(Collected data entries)
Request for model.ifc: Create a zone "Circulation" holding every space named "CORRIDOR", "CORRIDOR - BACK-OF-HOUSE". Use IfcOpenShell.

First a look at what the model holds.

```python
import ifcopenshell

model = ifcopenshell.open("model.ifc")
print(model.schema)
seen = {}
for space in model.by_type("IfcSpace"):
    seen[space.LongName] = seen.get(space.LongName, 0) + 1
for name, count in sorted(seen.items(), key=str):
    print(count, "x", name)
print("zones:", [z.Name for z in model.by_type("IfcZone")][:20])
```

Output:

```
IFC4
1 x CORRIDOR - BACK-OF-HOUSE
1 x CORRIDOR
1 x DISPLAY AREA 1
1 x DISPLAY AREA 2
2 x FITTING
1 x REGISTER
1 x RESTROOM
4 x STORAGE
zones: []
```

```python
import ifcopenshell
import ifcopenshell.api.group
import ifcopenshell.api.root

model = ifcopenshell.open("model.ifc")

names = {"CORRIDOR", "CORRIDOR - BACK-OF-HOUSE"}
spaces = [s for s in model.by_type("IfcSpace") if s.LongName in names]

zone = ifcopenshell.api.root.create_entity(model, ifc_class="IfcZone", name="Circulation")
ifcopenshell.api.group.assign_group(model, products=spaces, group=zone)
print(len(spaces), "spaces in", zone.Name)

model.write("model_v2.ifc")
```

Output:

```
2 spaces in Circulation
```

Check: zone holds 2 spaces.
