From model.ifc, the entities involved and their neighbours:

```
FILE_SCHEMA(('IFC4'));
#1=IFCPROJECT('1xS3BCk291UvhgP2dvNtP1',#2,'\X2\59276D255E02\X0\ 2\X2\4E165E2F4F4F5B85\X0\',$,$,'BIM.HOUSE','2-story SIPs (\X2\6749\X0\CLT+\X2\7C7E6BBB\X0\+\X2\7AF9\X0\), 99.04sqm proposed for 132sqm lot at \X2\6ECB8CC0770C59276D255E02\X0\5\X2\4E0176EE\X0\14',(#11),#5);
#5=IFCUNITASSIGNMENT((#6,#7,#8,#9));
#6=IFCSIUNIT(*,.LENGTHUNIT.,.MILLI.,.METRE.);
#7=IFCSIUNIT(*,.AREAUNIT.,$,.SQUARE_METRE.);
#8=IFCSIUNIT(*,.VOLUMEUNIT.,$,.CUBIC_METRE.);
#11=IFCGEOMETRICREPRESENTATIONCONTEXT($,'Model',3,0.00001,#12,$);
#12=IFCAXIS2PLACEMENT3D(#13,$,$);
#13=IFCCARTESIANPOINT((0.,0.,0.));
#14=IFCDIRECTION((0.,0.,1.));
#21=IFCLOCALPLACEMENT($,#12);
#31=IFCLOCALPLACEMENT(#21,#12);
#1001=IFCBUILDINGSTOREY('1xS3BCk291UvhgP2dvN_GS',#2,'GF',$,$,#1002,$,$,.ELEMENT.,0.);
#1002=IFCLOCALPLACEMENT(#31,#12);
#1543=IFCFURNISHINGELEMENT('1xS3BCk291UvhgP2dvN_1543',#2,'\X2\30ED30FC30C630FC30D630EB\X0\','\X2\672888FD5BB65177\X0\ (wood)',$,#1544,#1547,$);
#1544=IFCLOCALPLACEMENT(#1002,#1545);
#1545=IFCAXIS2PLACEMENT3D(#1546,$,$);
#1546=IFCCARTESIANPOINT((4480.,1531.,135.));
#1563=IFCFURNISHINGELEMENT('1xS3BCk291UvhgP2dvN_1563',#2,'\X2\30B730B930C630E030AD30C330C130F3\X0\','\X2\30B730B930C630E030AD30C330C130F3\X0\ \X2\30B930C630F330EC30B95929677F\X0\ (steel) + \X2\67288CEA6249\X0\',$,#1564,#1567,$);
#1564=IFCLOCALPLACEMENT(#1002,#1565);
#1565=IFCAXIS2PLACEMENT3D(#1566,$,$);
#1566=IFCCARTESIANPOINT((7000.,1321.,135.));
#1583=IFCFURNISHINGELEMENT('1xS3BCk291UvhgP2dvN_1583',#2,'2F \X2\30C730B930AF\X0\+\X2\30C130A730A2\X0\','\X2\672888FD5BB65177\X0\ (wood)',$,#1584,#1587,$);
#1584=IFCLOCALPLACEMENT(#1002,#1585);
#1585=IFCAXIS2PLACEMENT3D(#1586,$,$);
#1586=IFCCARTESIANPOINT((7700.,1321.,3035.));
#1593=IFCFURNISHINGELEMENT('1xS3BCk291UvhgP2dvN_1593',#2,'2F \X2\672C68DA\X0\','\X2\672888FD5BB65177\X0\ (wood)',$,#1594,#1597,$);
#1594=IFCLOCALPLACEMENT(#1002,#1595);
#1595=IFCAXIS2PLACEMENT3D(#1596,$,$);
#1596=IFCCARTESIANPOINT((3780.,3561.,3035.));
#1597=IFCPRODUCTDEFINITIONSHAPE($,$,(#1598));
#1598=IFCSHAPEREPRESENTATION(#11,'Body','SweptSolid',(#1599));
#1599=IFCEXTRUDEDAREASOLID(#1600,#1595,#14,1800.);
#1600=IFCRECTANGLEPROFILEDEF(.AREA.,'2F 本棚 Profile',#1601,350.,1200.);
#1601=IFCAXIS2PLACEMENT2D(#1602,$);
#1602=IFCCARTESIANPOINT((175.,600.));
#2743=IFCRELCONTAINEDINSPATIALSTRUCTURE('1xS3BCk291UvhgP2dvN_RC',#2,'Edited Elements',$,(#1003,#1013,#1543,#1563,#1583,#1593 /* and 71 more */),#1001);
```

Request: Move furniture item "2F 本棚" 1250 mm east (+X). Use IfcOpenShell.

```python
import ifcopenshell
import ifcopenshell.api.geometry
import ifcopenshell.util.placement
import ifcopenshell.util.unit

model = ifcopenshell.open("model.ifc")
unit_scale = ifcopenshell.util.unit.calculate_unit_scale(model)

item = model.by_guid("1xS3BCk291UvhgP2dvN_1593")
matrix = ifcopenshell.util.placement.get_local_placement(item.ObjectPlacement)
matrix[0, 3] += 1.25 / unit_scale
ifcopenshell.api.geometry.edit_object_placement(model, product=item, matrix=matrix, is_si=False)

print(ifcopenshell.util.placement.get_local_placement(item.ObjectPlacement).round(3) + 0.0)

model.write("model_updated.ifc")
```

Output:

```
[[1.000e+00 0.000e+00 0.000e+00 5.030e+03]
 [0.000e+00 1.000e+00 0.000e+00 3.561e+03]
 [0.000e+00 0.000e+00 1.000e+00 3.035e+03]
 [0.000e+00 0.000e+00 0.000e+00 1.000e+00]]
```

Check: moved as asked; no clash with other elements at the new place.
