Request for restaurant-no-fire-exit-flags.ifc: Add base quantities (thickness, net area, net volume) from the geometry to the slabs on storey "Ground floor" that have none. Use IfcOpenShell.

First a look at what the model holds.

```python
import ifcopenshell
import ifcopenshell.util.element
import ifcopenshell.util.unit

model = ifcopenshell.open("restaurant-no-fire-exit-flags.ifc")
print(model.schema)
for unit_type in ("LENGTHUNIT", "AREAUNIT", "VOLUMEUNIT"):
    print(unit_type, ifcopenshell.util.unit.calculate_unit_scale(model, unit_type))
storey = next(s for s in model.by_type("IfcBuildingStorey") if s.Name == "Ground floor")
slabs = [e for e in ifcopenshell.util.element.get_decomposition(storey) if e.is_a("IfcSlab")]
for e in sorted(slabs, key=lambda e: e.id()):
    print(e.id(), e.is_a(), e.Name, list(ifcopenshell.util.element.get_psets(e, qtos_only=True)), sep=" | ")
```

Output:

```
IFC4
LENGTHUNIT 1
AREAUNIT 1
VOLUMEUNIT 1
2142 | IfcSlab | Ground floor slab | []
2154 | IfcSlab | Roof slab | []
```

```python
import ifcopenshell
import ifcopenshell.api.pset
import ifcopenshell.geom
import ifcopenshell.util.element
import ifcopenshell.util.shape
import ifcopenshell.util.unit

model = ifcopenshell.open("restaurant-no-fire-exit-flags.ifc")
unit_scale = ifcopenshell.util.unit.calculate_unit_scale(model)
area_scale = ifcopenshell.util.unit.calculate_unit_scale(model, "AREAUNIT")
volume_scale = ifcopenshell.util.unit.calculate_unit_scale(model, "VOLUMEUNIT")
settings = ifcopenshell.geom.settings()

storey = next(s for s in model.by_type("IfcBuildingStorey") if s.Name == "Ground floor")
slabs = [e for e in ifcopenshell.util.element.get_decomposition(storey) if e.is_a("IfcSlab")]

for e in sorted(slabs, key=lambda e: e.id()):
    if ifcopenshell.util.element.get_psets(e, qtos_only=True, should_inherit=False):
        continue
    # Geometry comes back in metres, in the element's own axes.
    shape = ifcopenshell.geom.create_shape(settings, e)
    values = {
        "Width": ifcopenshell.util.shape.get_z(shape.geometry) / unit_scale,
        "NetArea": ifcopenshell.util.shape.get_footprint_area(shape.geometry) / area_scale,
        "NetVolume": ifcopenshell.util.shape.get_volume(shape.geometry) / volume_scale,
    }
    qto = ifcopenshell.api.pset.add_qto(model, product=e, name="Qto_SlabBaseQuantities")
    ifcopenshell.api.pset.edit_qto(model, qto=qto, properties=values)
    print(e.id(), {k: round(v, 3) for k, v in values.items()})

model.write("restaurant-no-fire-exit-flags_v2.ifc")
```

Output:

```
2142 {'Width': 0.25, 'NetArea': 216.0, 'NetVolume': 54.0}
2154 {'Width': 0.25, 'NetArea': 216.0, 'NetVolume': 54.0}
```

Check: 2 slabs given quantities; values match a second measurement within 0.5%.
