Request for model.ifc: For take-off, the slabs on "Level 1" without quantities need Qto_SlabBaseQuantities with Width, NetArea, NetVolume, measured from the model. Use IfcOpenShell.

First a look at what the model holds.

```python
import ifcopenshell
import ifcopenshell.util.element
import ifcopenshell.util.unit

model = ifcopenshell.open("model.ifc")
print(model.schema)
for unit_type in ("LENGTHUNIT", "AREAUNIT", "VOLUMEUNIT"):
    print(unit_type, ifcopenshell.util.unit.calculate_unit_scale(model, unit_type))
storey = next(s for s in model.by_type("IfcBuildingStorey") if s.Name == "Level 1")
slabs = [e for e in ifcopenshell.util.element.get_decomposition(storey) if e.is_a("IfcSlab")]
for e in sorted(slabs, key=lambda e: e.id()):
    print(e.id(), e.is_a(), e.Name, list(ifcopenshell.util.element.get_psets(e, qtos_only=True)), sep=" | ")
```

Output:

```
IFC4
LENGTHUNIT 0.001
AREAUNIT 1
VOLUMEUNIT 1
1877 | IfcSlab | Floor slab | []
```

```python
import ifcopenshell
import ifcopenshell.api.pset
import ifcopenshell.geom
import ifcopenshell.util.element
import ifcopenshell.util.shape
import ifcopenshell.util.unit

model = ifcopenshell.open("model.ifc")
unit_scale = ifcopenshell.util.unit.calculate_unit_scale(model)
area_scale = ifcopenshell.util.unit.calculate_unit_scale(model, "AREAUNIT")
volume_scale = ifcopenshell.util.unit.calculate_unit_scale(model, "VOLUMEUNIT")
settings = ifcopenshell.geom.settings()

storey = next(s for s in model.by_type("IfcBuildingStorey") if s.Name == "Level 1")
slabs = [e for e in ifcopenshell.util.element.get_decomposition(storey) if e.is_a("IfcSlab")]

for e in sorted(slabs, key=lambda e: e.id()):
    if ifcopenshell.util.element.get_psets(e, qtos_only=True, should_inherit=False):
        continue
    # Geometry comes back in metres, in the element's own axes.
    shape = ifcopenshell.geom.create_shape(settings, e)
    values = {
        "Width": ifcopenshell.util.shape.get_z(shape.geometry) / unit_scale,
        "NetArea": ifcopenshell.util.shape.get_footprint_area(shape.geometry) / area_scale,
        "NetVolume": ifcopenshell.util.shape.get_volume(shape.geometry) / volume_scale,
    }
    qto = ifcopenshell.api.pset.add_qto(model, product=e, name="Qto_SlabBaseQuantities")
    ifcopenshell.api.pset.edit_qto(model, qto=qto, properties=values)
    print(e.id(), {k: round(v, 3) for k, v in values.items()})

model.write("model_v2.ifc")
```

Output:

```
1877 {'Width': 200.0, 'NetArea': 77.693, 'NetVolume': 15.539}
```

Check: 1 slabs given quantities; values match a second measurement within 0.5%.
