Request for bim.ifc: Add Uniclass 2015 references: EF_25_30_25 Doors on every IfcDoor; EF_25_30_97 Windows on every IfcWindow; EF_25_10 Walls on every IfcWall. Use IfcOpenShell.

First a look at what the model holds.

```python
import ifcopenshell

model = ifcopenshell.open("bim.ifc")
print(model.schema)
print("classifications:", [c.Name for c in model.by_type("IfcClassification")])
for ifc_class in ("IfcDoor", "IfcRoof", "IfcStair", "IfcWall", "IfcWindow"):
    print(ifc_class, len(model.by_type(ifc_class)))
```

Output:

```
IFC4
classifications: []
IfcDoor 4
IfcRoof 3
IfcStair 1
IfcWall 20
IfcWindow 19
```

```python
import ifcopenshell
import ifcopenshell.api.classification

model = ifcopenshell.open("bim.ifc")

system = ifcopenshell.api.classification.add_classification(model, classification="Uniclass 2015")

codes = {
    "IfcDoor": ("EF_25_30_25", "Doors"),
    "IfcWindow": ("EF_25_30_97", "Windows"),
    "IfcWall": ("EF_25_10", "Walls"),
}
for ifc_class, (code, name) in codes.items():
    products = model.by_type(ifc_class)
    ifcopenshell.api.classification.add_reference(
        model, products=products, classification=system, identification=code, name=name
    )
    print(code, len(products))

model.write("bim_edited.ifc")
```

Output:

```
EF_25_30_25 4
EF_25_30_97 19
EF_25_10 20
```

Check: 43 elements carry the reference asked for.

→ ACTIVITY
In the data above, how many lines hold the string "given"? Give the number by itself.

→ TASK RESULT
2